Die Beklagte wird verurteilt, dem Kläger bedingungsgemäß Deckungsschutz zur Verfügung zu stellen für seine Klage gegenüber der X1 AG gemäß dem als Anl. 2 zur Klageschrift beigefügten Klageentwurf mit der Maßgabe, die dort benannte Beklagte zu verurteilen, an den Kläger 12.900 € nebst Zinsen in Höhe von 5 Prozentpunkten über dem Basiszinssatz seit Rechtshängigkeit der Klage zu zahlen, Zug um Zug gegen Rücknahme des Fahrzeugs X Fahrgestellnummer ###.

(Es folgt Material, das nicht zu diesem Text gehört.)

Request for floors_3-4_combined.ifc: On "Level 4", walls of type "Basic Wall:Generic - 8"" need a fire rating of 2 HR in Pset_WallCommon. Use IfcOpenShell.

First a look at what the model holds.

```python
import ifcopenshell
import ifcopenshell.util.element

model = ifcopenshell.open("floors_3-4_combined.ifc")
print(model.schema)
storey = next(s for s in model.by_type("IfcBuildingStorey") if s.Name == "Level 4")
walls = [e for e in ifcopenshell.util.element.get_decomposition(storey) if e.is_a("IfcWall")]
seen = {}
for e in walls:
    element_type = ifcopenshell.util.element.get_type(e)
    key = (element_type.Name if element_type != e and element_type else None, ifcopenshell.util.element.get_pset(e, "Pset_WallCommon", "FireRating"))
    seen[key] = seen.get(key, 0) + 1
for (name, value), count in sorted(seen.items(), key=str):
    print(count, "x", name, "|", value)
```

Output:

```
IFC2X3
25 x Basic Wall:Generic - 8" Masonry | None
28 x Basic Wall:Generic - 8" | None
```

```python
import ifcopenshell
import ifcopenshell.api.pset
import ifcopenshell.util.element

model = ifcopenshell.open("floors_3-4_combined.ifc")

storey = next(s for s in model.by_type("IfcBuildingStorey") if s.Name == "Level 4")
walls = [e for e in ifcopenshell.util.element.get_decomposition(storey) if e.is_a("IfcWall")]

count = 0
for e in walls:
    element_type = ifcopenshell.util.element.get_type(e)
    if element_type in (None, e) or element_type.Name != 'Basic Wall:Generic - 8"':
        continue
    # add_pset returns the element's existing set when there is one.
    pset = ifcopenshell.api.pset.add_pset(model, product=e, name="Pset_WallCommon")
    ifcopenshell.api.pset.edit_pset(model, pset=pset, properties={"FireRating": "2 HR"})
    count += 1

print(count, "walls updated")

model.write("floors_3-4_combined_updated.ifc")
```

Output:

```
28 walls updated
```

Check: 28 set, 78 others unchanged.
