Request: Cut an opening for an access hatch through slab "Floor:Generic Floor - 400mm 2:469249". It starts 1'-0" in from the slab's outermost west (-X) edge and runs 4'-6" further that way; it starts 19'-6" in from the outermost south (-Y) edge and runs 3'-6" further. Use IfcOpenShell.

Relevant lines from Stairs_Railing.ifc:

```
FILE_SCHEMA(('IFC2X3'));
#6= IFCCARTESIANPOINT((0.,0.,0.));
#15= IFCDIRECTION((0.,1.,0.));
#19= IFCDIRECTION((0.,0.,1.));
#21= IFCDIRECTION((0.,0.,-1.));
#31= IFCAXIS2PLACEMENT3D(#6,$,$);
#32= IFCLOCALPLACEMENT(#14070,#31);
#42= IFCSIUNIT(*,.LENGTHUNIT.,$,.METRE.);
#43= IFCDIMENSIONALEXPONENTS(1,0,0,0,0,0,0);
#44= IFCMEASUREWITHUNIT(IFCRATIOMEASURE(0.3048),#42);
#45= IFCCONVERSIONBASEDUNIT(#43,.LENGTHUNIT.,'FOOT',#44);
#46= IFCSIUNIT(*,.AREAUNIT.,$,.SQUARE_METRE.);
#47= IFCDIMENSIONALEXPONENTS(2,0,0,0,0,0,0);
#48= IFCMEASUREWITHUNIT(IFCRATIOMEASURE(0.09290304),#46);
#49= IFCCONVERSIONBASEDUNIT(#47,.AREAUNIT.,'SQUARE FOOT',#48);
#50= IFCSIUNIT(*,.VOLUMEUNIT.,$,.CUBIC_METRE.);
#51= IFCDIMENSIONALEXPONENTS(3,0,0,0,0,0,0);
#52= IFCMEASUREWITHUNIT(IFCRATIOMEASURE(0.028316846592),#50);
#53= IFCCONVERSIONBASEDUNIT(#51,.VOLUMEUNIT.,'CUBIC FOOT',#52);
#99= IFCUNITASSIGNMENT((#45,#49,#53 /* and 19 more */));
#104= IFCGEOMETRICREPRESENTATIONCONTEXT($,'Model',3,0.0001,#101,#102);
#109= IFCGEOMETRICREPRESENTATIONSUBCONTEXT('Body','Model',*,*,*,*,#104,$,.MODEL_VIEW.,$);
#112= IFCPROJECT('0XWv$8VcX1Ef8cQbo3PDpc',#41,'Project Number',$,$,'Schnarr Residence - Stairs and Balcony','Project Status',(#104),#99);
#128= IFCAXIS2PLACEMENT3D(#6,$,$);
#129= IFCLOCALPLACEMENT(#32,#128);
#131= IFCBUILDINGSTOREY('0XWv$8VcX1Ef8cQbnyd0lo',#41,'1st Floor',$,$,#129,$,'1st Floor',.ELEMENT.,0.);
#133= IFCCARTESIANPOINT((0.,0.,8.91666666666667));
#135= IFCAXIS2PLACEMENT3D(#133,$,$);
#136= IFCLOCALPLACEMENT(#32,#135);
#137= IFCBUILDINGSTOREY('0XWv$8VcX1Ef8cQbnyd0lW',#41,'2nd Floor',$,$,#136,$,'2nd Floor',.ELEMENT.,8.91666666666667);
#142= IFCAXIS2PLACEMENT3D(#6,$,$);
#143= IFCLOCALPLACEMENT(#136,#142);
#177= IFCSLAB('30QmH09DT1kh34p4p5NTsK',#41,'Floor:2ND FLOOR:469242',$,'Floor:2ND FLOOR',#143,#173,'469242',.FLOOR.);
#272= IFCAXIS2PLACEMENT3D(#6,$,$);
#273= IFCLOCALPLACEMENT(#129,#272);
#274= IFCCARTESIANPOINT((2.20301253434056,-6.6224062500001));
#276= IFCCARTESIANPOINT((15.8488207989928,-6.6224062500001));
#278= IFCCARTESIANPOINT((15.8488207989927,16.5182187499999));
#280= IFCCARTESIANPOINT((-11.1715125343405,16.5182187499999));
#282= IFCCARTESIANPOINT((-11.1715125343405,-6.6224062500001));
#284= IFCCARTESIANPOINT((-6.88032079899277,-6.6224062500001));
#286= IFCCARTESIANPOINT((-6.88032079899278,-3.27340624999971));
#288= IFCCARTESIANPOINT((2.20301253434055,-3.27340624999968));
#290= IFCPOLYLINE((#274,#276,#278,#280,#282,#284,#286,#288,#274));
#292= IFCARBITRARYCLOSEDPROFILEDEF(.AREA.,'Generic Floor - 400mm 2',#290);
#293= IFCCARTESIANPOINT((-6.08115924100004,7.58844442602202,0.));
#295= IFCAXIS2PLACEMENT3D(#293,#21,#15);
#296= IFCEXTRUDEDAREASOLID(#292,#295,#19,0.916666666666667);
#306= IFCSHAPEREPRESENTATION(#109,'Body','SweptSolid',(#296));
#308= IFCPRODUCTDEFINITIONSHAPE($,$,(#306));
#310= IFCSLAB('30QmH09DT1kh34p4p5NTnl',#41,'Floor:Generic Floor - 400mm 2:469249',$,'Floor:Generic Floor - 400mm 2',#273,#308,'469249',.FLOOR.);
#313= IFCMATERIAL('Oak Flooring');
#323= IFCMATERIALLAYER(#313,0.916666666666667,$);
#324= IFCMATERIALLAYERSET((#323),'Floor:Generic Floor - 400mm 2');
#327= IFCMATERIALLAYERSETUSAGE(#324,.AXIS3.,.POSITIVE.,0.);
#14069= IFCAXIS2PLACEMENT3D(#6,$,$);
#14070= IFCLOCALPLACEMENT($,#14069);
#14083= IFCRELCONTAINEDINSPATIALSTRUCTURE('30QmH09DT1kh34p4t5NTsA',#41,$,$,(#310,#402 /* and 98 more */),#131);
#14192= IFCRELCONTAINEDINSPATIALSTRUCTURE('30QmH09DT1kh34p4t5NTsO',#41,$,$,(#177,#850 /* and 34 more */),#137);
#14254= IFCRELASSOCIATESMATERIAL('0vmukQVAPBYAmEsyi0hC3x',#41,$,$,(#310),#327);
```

```python
import numpy as np
import ifcopenshell
import ifcopenshell.api.feature
import ifcopenshell.api.geometry
import ifcopenshell.api.root
import ifcopenshell.geom
import ifcopenshell.util.placement
import ifcopenshell.util.representation
import ifcopenshell.util.shape
import ifcopenshell.util.unit

model = ifcopenshell.open("Stairs_Railing.ifc")
unit_scale = ifcopenshell.util.unit.calculate_unit_scale(model)
settings = ifcopenshell.geom.settings()


def volume(element):
    """Net volume in cubic metres, openings subtracted."""
    shape = ifcopenshell.geom.create_shape(settings, element)
    return ifcopenshell.util.shape.get_volume(shape.geometry)


slab = model.by_guid("30QmH09DT1kh34p4p5NTnl")
before = volume(slab)

# Extent in the slab's own axes, in metres. The edges named are its -X and -Y sides.
slab_shape = ifcopenshell.geom.create_shape(settings, slab)
vertices = ifcopenshell.util.shape.get_vertices(slab_shape.geometry)
x_min, y_min, bottom = vertices.min(axis=0)
top = vertices[:, 2].max()

opening = ifcopenshell.api.root.create_entity(model, ifc_class="IfcOpeningElement", name="Access hatch opening")
context = ifcopenshell.util.representation.get_context(model, "Model", "Body", "MODEL_VIEW")
width, depth = 1.3716, 1.0668
outline = [(0.0, 0.0), (width, 0.0), (width, depth), (0.0, depth), (0.0, 0.0)]
# Overshoot both faces by 50 mm so the cut is clean.
shape = ifcopenshell.api.geometry.add_slab_representation(
    model, context=context, depth=top - bottom + 0.1, polyline=outline
)
ifcopenshell.api.geometry.assign_representation(model, product=opening, representation=shape)

matrix = ifcopenshell.util.placement.get_local_placement(slab.ObjectPlacement)
matrix[:, 3] = matrix @ np.append(np.array([x_min + 0.3048, y_min + 5.9436, bottom - 0.05]) / unit_scale, 1.0)
ifcopenshell.api.geometry.edit_object_placement(model, product=opening, matrix=matrix, is_si=False)
ifcopenshell.api.feature.add_feature(model, feature=opening, element=slab)

after = volume(slab)

print(f"slab volume {before:.3f} -> {after:.3f} m3")

model.write("Stairs_Railing_v2.ifc")
```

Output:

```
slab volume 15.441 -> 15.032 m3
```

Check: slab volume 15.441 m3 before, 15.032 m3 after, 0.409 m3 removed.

Im Übrigen wird die Klage abgewiesen.
Die Kosten des Rechtsstreits trägt die Beklagte zu 86% und der Kläger zu 14%.
Das Urteil ist wegen der Kosten vorläufig vollstreckbar. Beide Seiten können die Vollstreckung durch Sicherheitsleistung in Höhe von 110% des aus dem Urteil vollstreckbaren Betrages abwenden, wenn nicht zuvor die jeweils andere Seite Sicherheit in Höhe von 110% des jeweils zu vollstreckenden Betrags leistet.
Tatbestand:
2Der Kläger ist über seine Ehefrau bei der Beklagten rechtsschutzversichert. Dem Vertrag liegen die Allgemeinen Bedingungen für die Rechtsschutzversicherung (ARB 2008 M) der Beklagten zu Grunde.
3Der Kläger begehrt Deckungsschutz für vorgerichtliche Anwaltskosten und eine beabsichtigte Klage gegen die X AG wegen des so genannten „X-Skandals“.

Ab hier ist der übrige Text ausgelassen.